(Collected data entries)
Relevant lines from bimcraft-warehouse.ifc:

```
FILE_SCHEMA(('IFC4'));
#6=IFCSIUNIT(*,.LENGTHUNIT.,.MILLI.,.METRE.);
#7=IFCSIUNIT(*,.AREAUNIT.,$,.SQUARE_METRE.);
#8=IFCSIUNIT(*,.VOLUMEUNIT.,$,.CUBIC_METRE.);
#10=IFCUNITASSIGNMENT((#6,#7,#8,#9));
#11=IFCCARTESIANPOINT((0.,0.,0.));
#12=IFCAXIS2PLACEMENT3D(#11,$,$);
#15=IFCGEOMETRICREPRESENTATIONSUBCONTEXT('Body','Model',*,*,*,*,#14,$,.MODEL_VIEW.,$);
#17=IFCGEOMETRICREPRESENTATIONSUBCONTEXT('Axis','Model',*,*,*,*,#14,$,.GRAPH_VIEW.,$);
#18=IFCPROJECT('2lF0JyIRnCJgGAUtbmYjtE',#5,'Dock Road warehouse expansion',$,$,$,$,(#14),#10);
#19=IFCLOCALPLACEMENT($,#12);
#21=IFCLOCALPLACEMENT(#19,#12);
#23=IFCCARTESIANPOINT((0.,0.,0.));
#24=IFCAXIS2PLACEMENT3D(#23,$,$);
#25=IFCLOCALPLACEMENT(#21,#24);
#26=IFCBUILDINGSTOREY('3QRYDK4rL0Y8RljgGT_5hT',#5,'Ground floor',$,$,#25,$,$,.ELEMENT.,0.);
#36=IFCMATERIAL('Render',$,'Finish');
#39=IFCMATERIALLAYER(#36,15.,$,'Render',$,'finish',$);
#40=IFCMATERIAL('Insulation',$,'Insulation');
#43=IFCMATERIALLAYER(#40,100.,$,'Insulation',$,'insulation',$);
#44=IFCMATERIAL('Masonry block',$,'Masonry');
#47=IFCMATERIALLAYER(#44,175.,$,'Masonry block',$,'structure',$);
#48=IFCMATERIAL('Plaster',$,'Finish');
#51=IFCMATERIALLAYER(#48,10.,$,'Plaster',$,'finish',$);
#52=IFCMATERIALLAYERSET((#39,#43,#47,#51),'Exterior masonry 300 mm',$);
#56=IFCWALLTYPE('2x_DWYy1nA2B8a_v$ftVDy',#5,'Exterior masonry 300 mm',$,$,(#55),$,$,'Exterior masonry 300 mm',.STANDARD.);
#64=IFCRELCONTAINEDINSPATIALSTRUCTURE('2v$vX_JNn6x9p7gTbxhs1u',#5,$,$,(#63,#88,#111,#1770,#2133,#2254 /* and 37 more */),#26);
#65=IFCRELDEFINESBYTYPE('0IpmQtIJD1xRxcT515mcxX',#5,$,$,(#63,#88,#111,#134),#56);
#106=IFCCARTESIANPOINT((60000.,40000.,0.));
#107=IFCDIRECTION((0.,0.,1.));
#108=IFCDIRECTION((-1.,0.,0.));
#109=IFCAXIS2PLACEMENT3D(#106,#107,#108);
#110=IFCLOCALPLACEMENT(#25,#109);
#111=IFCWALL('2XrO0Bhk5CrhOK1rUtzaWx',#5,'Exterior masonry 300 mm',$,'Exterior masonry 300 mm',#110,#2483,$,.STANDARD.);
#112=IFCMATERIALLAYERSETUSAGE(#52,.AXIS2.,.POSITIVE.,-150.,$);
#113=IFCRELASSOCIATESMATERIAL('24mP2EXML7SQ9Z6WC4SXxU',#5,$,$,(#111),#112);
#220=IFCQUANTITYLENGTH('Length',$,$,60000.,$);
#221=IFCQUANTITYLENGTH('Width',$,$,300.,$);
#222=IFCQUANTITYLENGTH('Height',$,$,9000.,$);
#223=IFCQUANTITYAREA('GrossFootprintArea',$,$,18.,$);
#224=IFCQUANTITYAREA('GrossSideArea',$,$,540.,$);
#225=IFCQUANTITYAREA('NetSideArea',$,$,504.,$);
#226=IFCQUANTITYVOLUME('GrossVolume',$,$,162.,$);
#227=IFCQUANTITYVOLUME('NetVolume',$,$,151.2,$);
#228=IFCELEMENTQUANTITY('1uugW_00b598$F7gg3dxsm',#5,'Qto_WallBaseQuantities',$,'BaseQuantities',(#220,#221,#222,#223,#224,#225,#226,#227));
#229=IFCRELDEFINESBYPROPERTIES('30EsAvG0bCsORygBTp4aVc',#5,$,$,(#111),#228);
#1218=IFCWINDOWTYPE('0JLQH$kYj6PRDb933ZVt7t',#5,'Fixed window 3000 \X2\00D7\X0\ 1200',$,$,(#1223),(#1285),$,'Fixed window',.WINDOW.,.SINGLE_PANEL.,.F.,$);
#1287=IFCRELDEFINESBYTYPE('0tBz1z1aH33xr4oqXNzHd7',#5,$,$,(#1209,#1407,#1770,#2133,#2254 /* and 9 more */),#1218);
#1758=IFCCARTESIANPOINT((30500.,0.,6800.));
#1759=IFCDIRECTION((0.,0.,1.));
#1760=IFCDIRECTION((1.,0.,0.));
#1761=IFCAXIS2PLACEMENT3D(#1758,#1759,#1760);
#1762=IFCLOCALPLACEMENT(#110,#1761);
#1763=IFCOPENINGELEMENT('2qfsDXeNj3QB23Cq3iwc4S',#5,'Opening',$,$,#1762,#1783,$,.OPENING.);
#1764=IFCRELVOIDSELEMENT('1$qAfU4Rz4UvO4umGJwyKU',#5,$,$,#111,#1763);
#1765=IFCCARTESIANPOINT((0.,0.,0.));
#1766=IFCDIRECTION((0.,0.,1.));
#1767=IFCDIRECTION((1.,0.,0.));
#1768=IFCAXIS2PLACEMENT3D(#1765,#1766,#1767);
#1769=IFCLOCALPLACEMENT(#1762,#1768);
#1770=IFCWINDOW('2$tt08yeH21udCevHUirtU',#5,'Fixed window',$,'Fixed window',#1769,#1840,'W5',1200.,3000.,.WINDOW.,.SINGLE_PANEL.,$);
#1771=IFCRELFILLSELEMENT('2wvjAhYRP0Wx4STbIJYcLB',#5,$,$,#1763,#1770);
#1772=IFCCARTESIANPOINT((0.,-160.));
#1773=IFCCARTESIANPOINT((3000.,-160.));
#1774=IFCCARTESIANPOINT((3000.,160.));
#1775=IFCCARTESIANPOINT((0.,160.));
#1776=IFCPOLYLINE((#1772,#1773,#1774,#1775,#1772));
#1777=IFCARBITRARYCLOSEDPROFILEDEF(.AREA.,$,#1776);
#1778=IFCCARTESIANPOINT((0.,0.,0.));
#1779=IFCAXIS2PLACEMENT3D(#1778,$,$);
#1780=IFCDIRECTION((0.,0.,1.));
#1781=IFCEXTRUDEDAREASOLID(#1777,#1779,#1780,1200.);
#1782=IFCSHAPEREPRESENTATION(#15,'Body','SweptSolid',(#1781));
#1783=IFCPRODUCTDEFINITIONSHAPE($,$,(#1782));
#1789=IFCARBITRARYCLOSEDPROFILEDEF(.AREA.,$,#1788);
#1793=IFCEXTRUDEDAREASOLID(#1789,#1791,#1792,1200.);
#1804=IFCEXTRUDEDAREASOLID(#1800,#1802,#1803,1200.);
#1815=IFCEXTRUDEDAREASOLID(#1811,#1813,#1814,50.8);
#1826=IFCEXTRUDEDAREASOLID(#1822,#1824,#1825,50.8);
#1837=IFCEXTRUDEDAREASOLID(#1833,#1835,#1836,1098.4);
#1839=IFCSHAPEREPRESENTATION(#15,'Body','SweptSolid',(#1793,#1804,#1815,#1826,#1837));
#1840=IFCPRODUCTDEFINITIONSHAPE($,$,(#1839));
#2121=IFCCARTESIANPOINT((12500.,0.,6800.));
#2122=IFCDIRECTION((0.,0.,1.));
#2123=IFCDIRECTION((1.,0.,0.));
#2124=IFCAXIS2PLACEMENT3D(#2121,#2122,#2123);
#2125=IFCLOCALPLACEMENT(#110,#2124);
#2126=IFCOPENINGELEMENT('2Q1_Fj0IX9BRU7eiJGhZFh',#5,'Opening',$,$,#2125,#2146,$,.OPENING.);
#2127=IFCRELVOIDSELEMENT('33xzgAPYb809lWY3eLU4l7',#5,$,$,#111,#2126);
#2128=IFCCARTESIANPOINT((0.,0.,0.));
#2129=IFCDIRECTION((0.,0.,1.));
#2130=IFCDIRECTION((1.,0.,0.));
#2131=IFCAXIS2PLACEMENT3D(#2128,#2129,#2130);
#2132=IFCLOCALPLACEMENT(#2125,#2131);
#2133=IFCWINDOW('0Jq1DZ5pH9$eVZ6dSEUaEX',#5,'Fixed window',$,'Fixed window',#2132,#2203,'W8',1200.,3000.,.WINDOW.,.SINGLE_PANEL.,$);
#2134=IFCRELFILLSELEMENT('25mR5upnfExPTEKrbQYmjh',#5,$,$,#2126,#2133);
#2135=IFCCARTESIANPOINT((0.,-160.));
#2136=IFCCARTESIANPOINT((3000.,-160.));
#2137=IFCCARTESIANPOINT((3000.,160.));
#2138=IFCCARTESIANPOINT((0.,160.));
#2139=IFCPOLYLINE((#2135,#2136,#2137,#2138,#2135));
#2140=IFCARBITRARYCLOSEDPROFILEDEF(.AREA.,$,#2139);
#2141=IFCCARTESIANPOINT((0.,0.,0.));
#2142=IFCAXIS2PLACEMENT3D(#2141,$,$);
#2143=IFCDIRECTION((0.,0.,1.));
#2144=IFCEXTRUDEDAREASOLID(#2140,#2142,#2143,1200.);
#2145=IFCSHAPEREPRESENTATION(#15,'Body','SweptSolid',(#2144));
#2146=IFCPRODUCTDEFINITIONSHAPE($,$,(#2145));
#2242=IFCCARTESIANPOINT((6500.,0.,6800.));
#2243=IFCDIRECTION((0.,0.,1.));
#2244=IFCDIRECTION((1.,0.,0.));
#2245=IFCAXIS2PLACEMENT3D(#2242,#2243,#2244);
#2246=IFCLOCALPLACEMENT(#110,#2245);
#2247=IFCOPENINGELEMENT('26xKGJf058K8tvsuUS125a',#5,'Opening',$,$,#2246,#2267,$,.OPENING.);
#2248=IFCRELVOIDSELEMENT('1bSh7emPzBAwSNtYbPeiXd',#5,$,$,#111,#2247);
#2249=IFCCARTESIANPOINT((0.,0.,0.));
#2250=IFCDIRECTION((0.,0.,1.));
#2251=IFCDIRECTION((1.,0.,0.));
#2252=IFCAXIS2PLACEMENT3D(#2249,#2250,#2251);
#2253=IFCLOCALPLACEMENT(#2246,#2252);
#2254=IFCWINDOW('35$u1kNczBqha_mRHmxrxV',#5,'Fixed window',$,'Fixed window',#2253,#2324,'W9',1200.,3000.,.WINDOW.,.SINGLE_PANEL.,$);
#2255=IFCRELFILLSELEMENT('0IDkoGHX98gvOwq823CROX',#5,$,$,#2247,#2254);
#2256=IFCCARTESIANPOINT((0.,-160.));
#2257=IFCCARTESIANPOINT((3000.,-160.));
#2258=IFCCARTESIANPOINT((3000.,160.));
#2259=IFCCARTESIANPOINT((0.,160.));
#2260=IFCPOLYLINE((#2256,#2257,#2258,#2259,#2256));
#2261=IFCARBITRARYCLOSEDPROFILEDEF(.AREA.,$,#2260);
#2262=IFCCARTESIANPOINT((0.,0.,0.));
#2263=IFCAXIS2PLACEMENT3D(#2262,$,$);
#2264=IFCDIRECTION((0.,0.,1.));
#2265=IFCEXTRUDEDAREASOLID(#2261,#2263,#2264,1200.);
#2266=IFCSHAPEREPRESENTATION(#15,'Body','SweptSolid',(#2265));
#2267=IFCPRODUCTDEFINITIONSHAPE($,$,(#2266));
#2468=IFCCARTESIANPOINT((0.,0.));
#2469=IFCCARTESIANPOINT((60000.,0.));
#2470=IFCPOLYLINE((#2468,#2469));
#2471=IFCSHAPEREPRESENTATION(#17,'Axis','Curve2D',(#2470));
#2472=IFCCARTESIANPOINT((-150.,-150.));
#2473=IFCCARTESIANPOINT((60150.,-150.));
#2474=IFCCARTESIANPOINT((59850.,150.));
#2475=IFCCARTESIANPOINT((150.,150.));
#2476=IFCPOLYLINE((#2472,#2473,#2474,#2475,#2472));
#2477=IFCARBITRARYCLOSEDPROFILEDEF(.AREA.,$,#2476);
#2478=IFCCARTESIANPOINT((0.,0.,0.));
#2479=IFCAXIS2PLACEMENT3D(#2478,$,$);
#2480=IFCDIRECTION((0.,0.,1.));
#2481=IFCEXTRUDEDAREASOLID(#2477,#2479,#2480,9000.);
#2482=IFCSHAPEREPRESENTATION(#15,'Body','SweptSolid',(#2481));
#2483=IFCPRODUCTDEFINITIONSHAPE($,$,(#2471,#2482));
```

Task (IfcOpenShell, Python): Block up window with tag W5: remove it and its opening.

```python
import ifcopenshell
import ifcopenshell.api.feature
import ifcopenshell.api.pset
import ifcopenshell.api.root
import ifcopenshell.geom
import ifcopenshell.util.element
import ifcopenshell.util.shape
import ifcopenshell.util.unit

model = ifcopenshell.open("bimcraft-warehouse.ifc")
area_scale = ifcopenshell.util.unit.calculate_unit_scale(model, "AREAUNIT")
volume_scale = ifcopenshell.util.unit.calculate_unit_scale(model, "VOLUMEUNIT")
settings = ifcopenshell.geom.settings()


def volume(element):
    """Net volume in cubic metres, openings subtracted."""
    shape = ifcopenshell.geom.create_shape(settings, element)
    return ifcopenshell.util.shape.get_volume(shape.geometry)


window = model.by_guid("2$tt08yeH21udCevHUirtU")
opening = window.FillsVoids[0].RelatingOpeningElement
wall = opening.VoidsElements[0].RelatingBuildingElement
before = volume(wall)

ifcopenshell.api.root.remove_product(model, product=window)
ifcopenshell.api.feature.remove_feature(model, feature=opening)

after = volume(wall)
thickness = 0.3  # wall thickness in metres

# Update the wall's stored quantities.
qto = model.by_id(ifcopenshell.util.element.get_pset(wall, "Qto_WallBaseQuantities", should_inherit=False)["id"])
ifcopenshell.api.pset.edit_qto(model, qto=qto, properties={
    "NetSideArea": after / thickness / area_scale,
    "NetVolume": after / volume_scale,
})

print(f"wall volume {before:.3f} -> {after:.3f} m3")

model.write("bimcraft-warehouse_updated.ifc")
```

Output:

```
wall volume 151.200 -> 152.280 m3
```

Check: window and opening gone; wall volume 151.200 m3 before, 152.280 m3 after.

§ YOUR OBJECTIVE
From the records above, copy every line that holds the word "IFCSHAPEREPRESENTATION".

§ WRITTEN REPLY
#1782=IFCSHAPEREPRESENTATION(#15,'Body','SweptSolid',(#1781));
#1839=IFCSHAPEREPRESENTATION(#15,'Body','SweptSolid',(#1793,#1804,#1815,#1826,#1837));
#2145=IFCSHAPEREPRESENTATION(#15,'Body','SweptSolid',(#2144));
#2266=IFCSHAPEREPRESENTATION(#15,'Body','SweptSolid',(#2265));
#2471=IFCSHAPEREPRESENTATION(#17,'Axis','Curve2D',(#2470));
#2482=IFCSHAPEREPRESENTATION(#15,'Body','SweptSolid',(#2481));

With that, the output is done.